**EXERCISE PROMPT:** Transcribe the data below verbatim from the line with "if cuts is not" to the line with "IfcRelAggregates (storeys below". Include both of those lines.

[Dataset entries]
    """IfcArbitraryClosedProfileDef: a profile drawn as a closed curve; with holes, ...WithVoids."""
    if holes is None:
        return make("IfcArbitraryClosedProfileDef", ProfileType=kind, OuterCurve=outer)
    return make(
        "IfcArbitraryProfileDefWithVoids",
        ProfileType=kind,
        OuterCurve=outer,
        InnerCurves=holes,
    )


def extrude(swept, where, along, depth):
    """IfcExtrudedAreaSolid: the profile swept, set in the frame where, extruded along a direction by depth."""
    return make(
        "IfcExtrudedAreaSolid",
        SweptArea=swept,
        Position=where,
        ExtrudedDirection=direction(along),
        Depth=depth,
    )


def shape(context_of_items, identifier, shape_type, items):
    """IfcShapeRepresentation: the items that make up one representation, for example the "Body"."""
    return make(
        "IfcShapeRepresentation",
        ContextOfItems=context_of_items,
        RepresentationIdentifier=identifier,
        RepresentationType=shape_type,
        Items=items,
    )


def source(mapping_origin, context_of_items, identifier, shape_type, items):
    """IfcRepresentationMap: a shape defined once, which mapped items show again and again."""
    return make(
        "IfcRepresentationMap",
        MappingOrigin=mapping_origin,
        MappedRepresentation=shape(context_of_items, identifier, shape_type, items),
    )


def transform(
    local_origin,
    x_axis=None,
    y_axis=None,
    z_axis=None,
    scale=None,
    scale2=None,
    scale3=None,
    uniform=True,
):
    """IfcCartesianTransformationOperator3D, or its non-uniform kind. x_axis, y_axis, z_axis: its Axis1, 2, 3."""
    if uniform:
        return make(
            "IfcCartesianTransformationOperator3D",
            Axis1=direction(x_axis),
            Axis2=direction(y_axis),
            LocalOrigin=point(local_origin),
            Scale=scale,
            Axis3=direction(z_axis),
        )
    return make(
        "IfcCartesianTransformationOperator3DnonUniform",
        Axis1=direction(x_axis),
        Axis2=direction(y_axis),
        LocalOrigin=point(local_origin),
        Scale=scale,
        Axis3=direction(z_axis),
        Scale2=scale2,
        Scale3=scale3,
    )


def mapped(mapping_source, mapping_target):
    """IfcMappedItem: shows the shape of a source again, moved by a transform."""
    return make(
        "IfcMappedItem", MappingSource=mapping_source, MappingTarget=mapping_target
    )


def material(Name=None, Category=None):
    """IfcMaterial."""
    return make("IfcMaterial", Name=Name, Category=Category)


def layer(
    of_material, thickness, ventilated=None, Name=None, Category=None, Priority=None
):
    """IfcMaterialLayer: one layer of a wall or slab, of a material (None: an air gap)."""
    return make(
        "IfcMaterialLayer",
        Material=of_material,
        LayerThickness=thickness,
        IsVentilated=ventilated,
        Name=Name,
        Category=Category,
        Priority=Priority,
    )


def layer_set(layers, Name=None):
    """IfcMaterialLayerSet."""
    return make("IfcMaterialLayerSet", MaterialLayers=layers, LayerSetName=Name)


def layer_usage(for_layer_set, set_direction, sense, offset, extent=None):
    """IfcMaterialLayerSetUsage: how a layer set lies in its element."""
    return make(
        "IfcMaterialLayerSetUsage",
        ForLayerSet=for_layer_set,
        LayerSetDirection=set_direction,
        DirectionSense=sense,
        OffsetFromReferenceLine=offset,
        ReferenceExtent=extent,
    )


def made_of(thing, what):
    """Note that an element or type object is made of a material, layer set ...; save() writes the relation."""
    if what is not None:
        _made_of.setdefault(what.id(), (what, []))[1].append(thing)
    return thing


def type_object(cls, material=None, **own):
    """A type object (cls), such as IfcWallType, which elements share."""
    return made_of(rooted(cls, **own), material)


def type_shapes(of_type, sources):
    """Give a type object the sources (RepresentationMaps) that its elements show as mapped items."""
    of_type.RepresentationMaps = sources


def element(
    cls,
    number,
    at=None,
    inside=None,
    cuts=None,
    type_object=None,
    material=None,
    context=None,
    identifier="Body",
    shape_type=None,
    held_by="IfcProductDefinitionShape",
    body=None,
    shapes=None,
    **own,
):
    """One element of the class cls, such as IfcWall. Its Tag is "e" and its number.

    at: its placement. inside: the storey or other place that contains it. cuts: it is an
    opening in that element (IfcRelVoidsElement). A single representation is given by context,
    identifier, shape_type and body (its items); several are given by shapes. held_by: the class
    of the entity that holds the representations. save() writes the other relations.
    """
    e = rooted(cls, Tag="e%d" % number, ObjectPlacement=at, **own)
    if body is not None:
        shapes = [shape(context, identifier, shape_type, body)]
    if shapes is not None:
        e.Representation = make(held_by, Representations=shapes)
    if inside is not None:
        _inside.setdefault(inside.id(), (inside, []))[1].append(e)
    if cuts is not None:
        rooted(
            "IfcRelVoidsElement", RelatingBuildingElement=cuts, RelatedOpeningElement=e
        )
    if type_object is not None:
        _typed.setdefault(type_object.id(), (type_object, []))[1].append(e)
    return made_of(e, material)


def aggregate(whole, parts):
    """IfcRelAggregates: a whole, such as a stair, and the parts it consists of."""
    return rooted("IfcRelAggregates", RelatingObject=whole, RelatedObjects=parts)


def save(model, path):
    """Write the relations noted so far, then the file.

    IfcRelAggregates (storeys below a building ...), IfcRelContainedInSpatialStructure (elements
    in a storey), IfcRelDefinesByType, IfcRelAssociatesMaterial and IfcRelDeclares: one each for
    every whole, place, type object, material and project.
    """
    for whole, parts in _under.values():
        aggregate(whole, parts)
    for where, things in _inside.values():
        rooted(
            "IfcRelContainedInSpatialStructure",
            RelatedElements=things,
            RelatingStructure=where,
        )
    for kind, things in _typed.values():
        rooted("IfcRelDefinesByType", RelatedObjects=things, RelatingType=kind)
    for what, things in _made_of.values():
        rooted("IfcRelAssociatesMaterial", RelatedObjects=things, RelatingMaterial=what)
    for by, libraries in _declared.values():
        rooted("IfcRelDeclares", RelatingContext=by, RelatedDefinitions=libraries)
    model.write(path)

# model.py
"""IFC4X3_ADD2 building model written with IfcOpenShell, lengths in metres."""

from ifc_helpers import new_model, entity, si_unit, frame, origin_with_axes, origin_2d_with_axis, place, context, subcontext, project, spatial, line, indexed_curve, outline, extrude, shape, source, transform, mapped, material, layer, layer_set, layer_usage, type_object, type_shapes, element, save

**ANSWER FOR THIS EXERCISE:**
    if cuts is not None:
        rooted(
            "IfcRelVoidsElement", RelatingBuildingElement=cuts, RelatedOpeningElement=e
        )
    if type_object is not None:
        _typed.setdefault(type_object.id(), (type_object, []))[1].append(e)
    return made_of(e, material)


def aggregate(whole, parts):
    """IfcRelAggregates: a whole, such as a stair, and the parts it consists of."""
    return rooted("IfcRelAggregates", RelatingObject=whole, RelatedObjects=parts)


def save(model, path):
    """Write the relations noted so far, then the file.

    IfcRelAggregates (storeys below a building ...), IfcRelContainedInSpatialStructure (elements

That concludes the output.